[Record excerpts — start]
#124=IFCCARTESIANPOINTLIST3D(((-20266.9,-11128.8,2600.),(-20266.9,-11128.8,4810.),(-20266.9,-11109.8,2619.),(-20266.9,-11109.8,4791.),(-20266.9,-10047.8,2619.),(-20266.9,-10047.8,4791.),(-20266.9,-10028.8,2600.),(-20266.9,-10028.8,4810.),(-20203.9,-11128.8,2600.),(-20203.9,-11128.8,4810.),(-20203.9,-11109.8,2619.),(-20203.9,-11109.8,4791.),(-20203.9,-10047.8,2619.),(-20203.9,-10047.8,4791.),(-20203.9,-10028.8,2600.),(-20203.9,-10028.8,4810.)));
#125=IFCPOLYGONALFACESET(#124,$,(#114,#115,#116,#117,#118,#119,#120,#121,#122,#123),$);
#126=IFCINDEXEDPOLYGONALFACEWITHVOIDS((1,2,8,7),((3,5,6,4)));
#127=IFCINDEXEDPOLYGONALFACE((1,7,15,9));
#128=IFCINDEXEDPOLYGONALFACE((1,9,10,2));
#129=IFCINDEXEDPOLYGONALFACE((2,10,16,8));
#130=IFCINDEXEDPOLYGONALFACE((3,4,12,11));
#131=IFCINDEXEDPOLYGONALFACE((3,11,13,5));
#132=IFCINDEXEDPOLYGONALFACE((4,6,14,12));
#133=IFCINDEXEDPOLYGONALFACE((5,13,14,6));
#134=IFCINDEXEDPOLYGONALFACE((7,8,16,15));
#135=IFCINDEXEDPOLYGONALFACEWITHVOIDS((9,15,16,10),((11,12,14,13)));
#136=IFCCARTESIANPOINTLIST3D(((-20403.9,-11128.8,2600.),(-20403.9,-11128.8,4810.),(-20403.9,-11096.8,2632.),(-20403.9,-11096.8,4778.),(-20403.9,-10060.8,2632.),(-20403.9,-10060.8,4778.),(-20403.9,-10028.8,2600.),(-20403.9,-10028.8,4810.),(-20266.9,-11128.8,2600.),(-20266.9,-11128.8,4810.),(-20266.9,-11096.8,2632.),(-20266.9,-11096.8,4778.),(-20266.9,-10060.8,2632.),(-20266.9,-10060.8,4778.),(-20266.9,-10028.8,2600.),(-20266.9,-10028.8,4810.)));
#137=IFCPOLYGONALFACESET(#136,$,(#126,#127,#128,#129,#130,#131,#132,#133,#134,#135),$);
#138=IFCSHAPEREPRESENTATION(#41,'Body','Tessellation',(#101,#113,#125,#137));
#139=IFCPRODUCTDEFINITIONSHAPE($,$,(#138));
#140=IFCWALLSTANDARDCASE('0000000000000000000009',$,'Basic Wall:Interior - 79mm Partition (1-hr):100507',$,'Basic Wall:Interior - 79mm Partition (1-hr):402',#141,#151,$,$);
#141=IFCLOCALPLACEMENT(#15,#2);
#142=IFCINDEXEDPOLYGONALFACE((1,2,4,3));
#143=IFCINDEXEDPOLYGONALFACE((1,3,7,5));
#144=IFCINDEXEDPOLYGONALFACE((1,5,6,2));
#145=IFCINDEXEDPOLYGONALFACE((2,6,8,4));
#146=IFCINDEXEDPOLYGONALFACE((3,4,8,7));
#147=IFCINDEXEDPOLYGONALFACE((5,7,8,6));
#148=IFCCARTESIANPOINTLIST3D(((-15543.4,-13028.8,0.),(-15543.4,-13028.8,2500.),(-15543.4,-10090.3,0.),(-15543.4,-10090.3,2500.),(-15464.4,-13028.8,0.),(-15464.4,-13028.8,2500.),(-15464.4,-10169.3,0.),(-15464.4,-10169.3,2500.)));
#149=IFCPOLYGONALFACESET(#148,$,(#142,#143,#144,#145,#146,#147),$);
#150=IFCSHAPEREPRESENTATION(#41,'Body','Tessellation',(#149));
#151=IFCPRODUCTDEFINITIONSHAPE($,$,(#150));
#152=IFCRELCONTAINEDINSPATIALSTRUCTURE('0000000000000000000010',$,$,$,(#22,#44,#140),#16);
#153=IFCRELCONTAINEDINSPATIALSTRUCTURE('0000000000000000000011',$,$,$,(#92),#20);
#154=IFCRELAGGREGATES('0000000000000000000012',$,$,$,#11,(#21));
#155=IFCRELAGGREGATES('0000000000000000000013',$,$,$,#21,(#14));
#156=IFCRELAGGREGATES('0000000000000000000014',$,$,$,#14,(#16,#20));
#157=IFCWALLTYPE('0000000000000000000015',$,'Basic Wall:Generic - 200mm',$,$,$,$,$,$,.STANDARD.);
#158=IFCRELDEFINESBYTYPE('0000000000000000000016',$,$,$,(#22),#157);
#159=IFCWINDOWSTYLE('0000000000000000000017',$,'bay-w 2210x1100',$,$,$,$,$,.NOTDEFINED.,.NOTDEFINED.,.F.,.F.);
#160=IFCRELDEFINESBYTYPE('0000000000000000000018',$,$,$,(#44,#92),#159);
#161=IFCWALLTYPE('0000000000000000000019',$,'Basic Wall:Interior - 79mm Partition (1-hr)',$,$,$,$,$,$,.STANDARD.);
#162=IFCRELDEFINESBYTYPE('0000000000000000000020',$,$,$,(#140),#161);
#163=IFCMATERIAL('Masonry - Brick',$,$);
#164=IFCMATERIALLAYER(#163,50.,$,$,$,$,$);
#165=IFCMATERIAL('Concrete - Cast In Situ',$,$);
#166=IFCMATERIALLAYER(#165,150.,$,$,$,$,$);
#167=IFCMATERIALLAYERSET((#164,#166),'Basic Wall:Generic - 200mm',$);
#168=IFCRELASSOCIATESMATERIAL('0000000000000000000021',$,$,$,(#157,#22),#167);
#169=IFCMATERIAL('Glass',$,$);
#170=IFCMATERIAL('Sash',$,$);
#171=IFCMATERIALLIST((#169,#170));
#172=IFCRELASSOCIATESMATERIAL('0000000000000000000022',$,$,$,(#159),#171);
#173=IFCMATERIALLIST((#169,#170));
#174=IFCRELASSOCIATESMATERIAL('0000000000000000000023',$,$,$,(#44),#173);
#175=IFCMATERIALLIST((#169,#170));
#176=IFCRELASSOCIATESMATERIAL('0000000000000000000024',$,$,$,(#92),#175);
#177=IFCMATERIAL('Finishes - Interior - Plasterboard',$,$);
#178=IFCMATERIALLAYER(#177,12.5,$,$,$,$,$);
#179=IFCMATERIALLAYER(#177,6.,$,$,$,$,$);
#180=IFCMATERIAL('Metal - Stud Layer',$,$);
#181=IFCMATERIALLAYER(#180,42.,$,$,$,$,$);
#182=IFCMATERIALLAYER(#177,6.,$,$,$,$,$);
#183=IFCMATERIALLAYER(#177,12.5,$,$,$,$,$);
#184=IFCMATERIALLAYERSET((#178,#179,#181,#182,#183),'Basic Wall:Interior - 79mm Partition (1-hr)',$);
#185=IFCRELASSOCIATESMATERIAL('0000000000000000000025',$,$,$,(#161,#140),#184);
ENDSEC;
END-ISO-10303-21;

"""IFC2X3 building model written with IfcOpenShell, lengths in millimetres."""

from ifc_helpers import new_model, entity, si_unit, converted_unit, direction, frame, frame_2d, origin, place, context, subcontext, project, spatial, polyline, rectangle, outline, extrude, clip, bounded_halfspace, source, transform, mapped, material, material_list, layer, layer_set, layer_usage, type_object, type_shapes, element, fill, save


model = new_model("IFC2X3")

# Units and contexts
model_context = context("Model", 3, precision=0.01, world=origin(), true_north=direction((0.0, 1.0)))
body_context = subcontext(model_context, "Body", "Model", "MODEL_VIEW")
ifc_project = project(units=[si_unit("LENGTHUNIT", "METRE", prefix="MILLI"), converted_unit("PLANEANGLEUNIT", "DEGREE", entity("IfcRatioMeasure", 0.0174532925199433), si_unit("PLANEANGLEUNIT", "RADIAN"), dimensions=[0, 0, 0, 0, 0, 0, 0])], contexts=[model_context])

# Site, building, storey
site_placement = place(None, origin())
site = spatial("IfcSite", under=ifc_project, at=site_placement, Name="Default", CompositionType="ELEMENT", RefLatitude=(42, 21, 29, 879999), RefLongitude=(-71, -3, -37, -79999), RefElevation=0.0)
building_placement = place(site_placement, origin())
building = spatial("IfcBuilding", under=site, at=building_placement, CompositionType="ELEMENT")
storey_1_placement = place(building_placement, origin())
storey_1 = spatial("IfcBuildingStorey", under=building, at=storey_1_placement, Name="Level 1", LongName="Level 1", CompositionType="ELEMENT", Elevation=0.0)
[Record excerpts — finish]
Exercise instructions
Read through the data above. Report each line that has the word "IFCSHAPEREPRESENTATION".

Problem solution
#138=IFCSHAPEREPRESENTATION(#41,'Body','Tessellation',(#101,#113,#125,#137));
#150=IFCSHAPEREPRESENTATION(#41,'Body','Tessellation',(#149));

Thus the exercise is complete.